I’m hoping to get some very basic advice on how to use FUDR: do you make a stock solution and dilute into the plate agar when you pour the plates, or add it as a solution to already cooled plates and let it soak in? I’m looking for very basic details such as stock solution concentrations, what you make solutions up in, final concentration that is most effective, etc.
Also, if you place worms as L4s, will that allow enough time for the FUDR to inhibit all progeny production, or would you suggest placing, e.g., L1s down onto the FUDR plates?

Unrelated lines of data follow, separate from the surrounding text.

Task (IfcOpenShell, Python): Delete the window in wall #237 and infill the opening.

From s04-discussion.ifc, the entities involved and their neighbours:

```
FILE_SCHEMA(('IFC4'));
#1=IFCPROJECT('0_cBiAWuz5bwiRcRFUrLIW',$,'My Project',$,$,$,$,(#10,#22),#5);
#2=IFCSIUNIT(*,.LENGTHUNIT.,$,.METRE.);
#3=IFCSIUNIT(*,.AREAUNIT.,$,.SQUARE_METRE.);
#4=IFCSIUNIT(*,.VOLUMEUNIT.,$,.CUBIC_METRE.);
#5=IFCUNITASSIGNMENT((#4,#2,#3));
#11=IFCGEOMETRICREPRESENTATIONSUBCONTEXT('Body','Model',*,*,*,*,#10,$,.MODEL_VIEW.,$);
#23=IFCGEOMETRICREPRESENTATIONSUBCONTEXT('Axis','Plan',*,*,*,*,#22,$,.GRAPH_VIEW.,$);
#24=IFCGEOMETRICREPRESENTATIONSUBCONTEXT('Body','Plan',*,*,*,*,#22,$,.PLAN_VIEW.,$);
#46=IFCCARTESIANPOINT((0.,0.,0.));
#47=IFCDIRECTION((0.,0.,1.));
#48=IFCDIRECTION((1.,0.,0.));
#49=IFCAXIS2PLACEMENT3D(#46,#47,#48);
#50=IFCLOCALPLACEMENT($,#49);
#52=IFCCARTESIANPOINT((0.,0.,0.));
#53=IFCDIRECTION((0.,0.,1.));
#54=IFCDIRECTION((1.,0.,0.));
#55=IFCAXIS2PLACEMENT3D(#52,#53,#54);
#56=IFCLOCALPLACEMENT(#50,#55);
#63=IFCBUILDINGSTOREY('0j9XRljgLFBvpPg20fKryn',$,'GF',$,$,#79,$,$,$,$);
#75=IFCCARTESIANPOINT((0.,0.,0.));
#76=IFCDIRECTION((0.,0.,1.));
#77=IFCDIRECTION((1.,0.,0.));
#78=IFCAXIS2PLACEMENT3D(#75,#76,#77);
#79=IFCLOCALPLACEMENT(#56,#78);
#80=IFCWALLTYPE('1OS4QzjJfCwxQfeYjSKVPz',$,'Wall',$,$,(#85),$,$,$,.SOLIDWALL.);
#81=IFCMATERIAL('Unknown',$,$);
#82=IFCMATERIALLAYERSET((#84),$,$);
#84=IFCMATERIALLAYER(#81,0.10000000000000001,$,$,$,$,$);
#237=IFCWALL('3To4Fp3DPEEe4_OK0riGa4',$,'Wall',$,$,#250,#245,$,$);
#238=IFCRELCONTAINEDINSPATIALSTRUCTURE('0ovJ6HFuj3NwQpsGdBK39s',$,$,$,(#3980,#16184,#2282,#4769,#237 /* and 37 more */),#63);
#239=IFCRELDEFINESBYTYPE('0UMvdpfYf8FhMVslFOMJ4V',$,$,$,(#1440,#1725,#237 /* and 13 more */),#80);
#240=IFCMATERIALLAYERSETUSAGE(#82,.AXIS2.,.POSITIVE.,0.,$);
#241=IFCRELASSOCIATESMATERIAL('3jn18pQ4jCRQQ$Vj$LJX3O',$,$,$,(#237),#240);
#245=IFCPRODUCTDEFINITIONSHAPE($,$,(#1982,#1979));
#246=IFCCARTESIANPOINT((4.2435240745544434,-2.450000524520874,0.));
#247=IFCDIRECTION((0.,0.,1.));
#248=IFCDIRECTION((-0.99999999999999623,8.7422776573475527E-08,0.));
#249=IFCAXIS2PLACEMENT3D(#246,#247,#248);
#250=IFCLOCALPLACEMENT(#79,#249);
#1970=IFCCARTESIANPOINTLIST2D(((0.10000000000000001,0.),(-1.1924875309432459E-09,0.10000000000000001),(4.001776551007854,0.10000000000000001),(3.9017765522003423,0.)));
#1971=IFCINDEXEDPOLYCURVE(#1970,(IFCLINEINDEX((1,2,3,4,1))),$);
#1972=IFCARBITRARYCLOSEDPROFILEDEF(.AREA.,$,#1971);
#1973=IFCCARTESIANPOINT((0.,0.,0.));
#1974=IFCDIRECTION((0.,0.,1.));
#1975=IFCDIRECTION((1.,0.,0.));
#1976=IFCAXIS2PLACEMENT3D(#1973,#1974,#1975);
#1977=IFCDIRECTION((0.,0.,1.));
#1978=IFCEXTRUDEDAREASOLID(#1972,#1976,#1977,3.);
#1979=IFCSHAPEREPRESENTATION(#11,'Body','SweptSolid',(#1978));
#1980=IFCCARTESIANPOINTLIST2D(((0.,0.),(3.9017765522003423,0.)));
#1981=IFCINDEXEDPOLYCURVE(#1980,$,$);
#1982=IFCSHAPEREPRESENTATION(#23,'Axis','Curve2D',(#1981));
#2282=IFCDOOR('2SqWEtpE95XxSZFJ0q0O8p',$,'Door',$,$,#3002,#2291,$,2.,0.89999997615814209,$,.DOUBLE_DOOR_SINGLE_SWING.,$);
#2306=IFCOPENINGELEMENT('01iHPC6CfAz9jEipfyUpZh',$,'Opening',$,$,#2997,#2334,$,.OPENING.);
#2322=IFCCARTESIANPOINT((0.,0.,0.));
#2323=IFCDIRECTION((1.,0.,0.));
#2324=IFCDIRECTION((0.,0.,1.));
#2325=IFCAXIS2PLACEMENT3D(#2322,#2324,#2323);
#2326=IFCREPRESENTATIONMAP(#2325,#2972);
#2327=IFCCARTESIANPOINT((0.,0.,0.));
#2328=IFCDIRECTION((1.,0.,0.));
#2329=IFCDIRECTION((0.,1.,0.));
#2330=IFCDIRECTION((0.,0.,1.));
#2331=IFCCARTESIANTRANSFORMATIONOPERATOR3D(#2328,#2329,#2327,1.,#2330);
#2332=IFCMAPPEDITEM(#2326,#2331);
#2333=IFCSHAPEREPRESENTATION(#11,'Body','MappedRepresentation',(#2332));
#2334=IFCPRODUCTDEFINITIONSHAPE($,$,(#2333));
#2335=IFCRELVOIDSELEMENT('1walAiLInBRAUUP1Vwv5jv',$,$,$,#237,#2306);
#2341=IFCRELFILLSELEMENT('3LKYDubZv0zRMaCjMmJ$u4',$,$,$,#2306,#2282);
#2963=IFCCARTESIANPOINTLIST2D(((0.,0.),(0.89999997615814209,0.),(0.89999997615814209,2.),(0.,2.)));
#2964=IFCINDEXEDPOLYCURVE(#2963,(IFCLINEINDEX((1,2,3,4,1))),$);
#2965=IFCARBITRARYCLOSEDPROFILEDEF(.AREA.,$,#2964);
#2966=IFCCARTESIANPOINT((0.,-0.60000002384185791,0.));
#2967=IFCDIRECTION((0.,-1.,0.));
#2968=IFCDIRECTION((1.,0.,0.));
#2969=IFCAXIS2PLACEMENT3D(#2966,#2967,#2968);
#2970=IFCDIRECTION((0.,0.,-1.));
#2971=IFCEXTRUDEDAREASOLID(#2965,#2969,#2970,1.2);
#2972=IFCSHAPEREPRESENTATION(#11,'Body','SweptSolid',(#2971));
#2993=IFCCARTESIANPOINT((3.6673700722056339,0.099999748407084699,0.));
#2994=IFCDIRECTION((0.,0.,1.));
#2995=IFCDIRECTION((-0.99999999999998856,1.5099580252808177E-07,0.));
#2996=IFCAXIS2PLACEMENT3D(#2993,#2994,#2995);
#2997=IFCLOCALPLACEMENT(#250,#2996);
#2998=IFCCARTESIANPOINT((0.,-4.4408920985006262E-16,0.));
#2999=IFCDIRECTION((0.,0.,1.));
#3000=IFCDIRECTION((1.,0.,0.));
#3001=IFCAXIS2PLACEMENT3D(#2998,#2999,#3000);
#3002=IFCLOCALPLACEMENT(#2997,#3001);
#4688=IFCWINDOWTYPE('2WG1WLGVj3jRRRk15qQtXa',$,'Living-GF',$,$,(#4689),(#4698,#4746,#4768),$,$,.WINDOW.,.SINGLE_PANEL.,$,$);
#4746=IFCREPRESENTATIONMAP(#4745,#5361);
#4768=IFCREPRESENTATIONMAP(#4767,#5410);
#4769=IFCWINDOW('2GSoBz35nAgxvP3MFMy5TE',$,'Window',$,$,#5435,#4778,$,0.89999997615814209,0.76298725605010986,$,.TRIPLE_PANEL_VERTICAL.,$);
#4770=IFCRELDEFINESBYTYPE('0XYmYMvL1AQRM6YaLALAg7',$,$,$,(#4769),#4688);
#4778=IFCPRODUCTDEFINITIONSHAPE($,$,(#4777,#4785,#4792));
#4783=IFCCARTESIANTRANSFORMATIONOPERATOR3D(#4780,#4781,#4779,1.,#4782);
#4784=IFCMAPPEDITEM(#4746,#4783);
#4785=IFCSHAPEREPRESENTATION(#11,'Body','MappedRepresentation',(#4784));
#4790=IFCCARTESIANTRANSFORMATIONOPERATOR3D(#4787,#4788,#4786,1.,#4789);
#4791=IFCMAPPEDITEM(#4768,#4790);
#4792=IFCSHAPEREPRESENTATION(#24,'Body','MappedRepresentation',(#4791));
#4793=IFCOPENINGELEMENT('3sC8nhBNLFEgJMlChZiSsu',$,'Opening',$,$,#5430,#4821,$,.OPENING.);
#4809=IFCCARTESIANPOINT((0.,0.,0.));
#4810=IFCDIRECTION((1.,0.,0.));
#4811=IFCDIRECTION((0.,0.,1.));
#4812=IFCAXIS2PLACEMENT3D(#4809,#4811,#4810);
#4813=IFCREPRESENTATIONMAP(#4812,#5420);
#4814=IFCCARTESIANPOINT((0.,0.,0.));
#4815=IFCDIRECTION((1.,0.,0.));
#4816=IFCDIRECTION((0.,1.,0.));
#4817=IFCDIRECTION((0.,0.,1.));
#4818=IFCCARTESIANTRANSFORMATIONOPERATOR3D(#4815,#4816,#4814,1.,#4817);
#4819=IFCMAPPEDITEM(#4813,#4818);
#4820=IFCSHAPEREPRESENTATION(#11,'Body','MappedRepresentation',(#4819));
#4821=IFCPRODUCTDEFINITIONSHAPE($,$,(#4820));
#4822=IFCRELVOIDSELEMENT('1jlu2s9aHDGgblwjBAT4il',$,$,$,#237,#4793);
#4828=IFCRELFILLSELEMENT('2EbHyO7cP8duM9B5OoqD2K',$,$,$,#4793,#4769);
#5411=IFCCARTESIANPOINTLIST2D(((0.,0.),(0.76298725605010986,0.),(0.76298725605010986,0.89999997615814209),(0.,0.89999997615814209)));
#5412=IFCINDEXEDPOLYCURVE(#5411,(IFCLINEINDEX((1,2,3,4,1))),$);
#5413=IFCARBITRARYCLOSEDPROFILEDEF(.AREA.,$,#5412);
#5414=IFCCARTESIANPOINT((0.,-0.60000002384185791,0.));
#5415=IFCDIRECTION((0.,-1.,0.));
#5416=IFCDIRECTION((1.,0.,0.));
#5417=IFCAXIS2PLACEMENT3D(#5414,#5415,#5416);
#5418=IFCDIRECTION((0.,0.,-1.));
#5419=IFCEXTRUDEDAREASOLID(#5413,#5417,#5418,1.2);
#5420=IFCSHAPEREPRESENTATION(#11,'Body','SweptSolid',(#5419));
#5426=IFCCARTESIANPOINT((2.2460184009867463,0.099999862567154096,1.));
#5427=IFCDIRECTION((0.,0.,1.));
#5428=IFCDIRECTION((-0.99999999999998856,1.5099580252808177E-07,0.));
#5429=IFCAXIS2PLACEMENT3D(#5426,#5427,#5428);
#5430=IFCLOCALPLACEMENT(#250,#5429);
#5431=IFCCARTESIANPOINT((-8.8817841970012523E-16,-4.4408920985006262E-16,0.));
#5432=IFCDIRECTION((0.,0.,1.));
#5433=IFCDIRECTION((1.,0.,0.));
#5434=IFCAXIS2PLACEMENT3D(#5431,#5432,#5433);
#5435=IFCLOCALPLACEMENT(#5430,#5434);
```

```python
import ifcopenshell
import ifcopenshell.api.feature
import ifcopenshell.api.root
import ifcopenshell.geom
import ifcopenshell.util.shape

model = ifcopenshell.open("s04-discussion.ifc")
settings = ifcopenshell.geom.settings()


def volume(element):
    """Net volume in cubic metres, openings subtracted."""
    shape = ifcopenshell.geom.create_shape(settings, element)
    return ifcopenshell.util.shape.get_volume(shape.geometry)


window = model.by_id(4769)
opening = window.FillsVoids[0].RelatingOpeningElement
wall = opening.VoidsElements[0].RelatingBuildingElement
before = volume(wall)

ifcopenshell.api.root.remove_product(model, product=window)
ifcopenshell.api.feature.remove_feature(model, feature=opening)

after = volume(wall)

print(f"wall volume {before:.3f} -> {after:.3f} m3")

model.write("s04-discussion_rev.ifc")
```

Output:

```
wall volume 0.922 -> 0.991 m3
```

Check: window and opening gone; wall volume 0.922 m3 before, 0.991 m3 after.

I have used FUDR in C elegans life span experiments for a long time. I make a stock solution 10 g/L in DD H2O, and add it as a solution to hot agar(65-80 degree centigrade). The final concentration is 25mg/L(8mM). I place worms as L4s-young adults. It works well. I bought the reagents from sigma, CAS46875.
However, in my new experiments, FUDRdid not work even in 100mg/L. The fudr was also bought from sigma, CAS F0503.
Did somebody meet such a problem?
Is the FUDR sensitive to heat? When I make RNAi plates and selection plates I always wait until the agar is cool enough to keep my hand on the glassware without it being painful. Although I am forced to wait longer than I would like, I never have any problems. It would be unfortunate if it is problem this the chemical itself.